Mit CMIP und anderen Modellvergleichsprojekten konnten diese Fragen beantwortet werden. Die Ergebnisse der MIPs – und die daraus gewonnenen Erkenntnisse – leisteten einen enormen wissenschaftlichen Beitrag zu nationalen und internationalen Bewertungen der Klimawissenschaft.

MIPs zeigten, dass Modelle bei der Darstellung von Schlüsselmerkmalen des heutigen Klimas geschickter geworden waren. Sie enthüllten, dass das Gesicht des vom Menschen verursachten Klimawandels eindeutig aus dem Schattenland der natürlichen Klimavariabilität hervorgegangen war. Menschliche Auswirkungen auf das Klima waren jetzt „eindeutig.“ MIPs lieferten eindeutige Beweise dafür, dass selbst bei Unsicherheiten in Modellen und Emissionsszenarien signifikante und wirkungsvolle Temperatur- und Meeresspiegelanstiege im 21. Jahrhundert praktisch sicher waren.

Diese Fortschritte in der Wissenschaft sind Teil des Vermächtnisses von Gates.

In der Welt der Klimamodelle ist es möglich, das zu leisten, was Wissenschaftler nennen „Kontrafaktualien“. Ein Beispiel für ein Kontrafaktual ist eine „Welt ohne uns“-Simulation, bei der Computermodelle ohne vom Menschen verursachte Änderungen der Treibhausgase oder der Feinstaubbelastung ausgeführt werden. Dieses Kontrafaktual wird dann mit einer „Welt mit uns“-Simulation verglichen, in der menschliche Aktivitäten den Gehalt an Treibhausgasen in der Erdatmosphäre verändern. Der Vergleich der beiden Welten hilft uns, das Ausmaß und die Eigenschaften der vom Menschen verursachten globalen Erwärmung abzuschätzen.
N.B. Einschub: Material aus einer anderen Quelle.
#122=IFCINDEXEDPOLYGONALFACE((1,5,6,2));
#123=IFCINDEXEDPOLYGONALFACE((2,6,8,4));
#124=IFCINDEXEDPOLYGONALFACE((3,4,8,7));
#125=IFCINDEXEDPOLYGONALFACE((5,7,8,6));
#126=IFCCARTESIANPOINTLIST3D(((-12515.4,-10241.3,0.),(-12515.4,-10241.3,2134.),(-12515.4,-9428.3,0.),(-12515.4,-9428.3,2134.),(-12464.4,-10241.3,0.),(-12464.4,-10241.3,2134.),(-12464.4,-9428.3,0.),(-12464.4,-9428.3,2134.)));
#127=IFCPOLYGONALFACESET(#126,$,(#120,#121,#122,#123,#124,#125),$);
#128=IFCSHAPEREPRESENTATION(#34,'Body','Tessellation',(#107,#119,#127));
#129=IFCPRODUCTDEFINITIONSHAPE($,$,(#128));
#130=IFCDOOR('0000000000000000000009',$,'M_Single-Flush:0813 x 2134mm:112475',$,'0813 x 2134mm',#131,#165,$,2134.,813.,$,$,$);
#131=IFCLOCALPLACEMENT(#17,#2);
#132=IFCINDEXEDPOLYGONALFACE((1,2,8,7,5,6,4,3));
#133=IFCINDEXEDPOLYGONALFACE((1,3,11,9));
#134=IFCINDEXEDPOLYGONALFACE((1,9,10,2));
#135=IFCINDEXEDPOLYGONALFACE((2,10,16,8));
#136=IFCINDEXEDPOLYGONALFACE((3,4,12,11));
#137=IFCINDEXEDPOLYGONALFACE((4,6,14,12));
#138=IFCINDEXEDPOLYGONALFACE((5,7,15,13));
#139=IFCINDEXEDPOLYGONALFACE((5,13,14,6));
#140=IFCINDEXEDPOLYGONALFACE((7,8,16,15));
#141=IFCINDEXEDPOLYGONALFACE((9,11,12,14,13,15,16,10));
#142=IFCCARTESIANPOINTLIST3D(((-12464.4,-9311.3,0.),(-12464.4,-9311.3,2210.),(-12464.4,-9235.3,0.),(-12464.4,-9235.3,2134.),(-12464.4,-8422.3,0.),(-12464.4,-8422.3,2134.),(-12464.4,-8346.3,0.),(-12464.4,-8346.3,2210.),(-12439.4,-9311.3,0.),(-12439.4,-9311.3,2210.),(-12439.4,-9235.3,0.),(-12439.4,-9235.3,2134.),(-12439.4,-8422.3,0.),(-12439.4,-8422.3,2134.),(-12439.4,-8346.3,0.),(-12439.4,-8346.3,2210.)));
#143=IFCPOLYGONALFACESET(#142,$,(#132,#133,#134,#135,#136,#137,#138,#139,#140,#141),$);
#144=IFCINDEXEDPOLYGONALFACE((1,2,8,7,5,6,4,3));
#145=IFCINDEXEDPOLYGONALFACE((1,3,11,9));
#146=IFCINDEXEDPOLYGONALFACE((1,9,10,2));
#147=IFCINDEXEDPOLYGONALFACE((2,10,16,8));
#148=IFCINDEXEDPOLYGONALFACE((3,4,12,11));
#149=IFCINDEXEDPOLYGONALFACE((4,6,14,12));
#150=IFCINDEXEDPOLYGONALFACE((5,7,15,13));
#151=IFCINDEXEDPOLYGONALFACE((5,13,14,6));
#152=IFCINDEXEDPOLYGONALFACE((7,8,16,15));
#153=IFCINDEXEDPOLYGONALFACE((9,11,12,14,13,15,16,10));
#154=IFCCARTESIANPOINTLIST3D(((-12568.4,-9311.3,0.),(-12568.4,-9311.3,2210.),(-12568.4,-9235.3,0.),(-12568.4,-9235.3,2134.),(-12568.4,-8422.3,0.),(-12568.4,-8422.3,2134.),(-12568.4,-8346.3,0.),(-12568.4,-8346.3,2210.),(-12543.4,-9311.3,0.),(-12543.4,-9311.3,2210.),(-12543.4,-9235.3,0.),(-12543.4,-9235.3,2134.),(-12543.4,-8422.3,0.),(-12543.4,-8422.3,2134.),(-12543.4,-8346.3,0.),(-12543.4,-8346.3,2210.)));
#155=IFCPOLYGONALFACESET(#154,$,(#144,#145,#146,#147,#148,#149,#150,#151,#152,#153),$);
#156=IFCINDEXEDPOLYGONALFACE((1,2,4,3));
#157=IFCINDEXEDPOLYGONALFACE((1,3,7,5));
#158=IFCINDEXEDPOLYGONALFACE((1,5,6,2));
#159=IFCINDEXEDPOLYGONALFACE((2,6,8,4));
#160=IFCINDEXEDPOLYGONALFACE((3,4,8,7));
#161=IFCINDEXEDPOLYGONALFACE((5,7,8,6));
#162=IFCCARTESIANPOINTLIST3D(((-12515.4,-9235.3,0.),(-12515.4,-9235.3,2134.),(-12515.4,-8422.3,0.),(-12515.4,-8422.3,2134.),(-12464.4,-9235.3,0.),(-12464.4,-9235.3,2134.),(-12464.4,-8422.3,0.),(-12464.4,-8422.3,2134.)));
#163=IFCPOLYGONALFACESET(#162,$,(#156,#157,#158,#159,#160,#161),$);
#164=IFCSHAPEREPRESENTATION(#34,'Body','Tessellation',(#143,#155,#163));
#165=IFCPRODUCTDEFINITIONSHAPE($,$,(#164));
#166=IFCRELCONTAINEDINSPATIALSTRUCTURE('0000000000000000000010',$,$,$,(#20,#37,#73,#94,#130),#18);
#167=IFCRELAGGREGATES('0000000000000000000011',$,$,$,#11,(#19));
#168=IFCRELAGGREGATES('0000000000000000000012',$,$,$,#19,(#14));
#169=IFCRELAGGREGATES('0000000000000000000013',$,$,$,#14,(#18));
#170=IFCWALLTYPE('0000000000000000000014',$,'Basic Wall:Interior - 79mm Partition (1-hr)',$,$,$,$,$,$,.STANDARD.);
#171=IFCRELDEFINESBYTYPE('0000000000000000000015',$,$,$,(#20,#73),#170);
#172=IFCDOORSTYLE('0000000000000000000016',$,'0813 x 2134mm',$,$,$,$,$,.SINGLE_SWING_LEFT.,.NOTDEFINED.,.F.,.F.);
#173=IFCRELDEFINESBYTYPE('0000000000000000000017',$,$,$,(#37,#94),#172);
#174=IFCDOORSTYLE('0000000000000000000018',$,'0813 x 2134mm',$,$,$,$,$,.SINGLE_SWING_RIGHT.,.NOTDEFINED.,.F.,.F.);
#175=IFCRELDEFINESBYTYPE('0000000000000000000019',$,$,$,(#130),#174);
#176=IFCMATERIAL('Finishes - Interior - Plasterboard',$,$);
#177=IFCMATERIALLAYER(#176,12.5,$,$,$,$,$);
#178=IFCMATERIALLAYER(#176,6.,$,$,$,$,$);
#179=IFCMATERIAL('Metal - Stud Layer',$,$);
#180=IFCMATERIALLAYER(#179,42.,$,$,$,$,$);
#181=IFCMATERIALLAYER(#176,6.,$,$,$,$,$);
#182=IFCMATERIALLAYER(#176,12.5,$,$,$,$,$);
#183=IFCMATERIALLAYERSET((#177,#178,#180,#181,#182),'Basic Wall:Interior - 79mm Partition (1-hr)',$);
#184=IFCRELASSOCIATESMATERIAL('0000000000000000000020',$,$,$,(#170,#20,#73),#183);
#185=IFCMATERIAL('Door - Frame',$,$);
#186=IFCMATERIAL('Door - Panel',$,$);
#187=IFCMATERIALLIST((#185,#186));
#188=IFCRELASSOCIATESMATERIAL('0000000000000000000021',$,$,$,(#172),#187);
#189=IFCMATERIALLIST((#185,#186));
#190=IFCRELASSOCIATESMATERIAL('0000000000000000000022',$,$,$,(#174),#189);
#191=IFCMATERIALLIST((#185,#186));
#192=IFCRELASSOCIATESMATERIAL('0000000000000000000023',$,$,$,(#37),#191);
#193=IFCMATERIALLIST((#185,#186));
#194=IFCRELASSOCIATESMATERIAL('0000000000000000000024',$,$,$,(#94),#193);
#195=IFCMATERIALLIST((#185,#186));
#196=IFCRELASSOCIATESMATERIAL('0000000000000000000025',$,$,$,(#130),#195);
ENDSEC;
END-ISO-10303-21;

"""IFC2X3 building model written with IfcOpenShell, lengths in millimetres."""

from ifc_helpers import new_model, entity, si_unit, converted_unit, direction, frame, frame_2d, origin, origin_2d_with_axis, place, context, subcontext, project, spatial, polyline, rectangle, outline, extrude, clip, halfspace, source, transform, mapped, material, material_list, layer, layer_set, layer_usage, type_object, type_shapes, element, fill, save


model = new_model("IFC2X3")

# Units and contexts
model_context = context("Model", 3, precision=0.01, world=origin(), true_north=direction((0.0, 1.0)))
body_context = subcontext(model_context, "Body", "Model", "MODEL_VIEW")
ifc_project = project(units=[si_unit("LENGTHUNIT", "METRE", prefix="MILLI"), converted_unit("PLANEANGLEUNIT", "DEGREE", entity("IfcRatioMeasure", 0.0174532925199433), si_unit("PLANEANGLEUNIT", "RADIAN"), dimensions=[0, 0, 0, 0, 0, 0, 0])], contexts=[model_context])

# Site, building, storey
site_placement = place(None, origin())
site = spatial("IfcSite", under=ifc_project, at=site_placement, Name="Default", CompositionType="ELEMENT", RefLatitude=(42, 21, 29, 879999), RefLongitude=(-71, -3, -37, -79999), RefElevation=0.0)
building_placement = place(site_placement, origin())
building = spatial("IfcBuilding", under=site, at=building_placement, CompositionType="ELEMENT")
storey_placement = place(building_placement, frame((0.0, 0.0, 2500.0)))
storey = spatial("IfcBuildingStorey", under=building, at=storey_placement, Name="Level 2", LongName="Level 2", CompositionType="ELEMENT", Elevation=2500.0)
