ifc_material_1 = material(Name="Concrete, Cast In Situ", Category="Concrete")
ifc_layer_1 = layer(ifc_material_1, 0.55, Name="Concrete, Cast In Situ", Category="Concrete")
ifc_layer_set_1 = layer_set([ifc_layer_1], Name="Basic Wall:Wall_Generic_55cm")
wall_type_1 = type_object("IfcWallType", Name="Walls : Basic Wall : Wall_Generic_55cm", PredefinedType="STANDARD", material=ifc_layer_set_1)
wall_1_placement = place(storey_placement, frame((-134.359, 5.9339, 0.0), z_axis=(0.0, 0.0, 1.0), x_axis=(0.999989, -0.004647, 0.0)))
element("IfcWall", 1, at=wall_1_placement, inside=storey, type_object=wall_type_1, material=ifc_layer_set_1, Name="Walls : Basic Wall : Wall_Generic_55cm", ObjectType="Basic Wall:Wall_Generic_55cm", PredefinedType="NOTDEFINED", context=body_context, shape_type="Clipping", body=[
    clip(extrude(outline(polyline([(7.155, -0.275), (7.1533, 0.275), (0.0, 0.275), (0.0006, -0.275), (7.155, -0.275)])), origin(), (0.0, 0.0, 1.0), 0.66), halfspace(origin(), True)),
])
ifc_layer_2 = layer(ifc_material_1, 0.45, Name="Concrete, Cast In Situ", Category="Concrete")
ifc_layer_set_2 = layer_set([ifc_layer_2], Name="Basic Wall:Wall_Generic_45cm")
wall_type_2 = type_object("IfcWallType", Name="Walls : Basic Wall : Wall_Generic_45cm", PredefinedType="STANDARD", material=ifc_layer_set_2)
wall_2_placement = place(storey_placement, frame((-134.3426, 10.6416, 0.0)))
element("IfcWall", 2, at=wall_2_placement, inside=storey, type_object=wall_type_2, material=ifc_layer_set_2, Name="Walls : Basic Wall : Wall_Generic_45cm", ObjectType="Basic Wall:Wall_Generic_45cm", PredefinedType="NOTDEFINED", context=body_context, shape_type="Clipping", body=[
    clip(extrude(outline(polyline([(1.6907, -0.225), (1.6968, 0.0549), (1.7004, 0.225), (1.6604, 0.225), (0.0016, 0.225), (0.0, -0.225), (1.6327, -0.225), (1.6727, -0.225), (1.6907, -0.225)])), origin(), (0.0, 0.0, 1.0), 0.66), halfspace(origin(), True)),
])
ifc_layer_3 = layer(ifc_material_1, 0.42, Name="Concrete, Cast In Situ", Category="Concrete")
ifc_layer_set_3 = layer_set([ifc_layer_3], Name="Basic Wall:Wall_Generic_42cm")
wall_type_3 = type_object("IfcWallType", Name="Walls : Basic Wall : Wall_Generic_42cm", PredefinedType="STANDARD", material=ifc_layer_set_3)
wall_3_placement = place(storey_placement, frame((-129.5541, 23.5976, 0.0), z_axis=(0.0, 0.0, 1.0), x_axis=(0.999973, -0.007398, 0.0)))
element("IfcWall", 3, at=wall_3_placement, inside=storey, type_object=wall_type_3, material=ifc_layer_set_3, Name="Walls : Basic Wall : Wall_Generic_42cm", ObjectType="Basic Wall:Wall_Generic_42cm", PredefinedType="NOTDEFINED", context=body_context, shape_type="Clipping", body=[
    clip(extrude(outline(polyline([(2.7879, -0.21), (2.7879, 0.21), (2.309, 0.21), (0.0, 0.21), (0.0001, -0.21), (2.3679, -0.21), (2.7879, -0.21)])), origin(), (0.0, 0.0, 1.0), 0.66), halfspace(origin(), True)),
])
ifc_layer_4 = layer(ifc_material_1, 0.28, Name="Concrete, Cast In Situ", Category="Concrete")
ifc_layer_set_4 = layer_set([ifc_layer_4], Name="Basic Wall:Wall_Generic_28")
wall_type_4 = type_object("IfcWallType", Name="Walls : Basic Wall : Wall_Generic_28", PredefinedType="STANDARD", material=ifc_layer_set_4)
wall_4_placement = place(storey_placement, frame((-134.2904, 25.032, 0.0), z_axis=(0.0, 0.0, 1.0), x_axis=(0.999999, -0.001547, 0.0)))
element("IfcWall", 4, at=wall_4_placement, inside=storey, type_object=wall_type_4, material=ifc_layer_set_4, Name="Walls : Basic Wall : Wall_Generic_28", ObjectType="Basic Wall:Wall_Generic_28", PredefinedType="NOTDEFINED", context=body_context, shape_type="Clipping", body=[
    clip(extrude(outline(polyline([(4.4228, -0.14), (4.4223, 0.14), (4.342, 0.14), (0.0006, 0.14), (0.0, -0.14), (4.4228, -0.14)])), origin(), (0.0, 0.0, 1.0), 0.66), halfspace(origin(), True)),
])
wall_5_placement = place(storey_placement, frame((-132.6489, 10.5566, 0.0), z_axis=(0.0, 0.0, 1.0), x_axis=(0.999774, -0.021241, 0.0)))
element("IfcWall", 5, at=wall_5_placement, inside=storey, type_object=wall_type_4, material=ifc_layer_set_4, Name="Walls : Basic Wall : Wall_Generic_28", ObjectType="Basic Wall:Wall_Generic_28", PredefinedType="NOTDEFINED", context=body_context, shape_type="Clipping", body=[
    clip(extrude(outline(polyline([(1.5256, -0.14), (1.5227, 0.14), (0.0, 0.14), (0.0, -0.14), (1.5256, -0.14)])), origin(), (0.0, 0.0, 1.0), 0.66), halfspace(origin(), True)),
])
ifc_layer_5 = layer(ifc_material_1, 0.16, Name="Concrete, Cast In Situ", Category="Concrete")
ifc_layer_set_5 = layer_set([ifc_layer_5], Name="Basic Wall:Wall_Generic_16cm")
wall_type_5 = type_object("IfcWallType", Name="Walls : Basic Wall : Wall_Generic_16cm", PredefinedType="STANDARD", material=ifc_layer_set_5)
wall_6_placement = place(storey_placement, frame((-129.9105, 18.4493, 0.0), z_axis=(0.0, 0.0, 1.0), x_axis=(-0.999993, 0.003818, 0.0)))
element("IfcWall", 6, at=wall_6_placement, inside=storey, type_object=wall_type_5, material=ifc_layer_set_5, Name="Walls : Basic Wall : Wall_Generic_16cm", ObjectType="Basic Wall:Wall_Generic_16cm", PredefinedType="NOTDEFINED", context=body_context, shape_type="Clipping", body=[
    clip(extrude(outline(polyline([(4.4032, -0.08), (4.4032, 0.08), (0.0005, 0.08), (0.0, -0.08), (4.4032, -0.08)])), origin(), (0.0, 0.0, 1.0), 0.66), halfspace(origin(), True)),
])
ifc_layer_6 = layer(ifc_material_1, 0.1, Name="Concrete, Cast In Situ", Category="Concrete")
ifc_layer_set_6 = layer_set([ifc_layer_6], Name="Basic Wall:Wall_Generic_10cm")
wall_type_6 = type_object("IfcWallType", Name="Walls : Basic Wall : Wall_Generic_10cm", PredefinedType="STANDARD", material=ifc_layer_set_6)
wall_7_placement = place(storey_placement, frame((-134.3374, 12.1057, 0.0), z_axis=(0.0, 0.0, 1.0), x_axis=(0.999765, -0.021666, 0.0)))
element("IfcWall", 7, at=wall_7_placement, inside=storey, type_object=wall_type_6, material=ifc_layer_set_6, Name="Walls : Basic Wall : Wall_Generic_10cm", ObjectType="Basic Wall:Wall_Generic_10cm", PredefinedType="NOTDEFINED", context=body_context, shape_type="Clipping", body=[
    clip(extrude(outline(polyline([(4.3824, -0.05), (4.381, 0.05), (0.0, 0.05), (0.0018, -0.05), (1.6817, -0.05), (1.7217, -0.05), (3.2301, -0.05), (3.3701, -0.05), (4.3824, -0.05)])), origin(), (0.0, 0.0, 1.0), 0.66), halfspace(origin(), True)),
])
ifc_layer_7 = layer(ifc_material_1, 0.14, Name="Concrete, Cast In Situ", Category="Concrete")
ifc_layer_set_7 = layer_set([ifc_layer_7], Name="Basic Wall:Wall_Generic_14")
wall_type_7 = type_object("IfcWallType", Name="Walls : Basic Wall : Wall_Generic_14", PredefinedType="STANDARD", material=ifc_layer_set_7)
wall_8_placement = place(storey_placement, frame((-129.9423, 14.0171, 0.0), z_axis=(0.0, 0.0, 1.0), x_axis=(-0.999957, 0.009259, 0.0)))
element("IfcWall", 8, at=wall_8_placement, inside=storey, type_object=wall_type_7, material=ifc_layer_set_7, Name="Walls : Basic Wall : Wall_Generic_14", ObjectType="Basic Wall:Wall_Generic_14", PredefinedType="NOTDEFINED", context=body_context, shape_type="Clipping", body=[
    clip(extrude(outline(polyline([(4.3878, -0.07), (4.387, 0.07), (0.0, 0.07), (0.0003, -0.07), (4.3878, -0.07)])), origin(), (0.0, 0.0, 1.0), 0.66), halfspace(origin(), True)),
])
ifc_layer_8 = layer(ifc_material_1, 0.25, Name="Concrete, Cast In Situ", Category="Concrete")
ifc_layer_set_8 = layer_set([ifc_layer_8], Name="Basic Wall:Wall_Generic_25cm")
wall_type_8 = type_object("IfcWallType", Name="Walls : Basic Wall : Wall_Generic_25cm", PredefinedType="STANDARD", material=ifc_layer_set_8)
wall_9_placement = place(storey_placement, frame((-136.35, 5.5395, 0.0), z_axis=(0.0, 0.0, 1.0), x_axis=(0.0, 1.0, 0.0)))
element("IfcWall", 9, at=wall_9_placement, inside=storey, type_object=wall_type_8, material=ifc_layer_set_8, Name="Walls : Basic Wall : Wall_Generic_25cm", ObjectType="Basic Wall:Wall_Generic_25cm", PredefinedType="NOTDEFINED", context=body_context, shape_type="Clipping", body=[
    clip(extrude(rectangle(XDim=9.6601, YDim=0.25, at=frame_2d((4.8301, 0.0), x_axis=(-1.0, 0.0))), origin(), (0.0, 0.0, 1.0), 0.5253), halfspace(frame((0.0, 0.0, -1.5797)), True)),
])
In unserem wirklichen Leben und in der Geschichte der Menschheit können wir jedoch keine kontrafaktischen Aussagen machen. Es gibt keine Welt, in der Gates nie gelebt hat. Aber es ist ziemlich klar, dass das wissenschaftliche Verständnis der Realität und Schwere des Klimawandels in „einer Welt ohne Larry“ auf einem viel schwächeren Fundament ruhen würde. Er war ein anständiger, freundlicher, brillanter und ehrenhafter Mann, ein wahrer „Gentleman und Gelehrter“ – und seine Wissenschaft hat unsere Welt für immer verändert.

Ben Santer ist Klimawissenschaftler, Gastforscher am Joint Institute for Regional Earth System Science and Engineering der UCLA und Stipendiat von John D. und Catherine T. MacArthur. Er war der Hauptautor von Kapitel 8 des Berichts des Zwischenstaatlichen Ausschusses für Klimaänderungen (IPCC) von 1995 und hat zu allen sechs IPCC-Berichten beigetragen.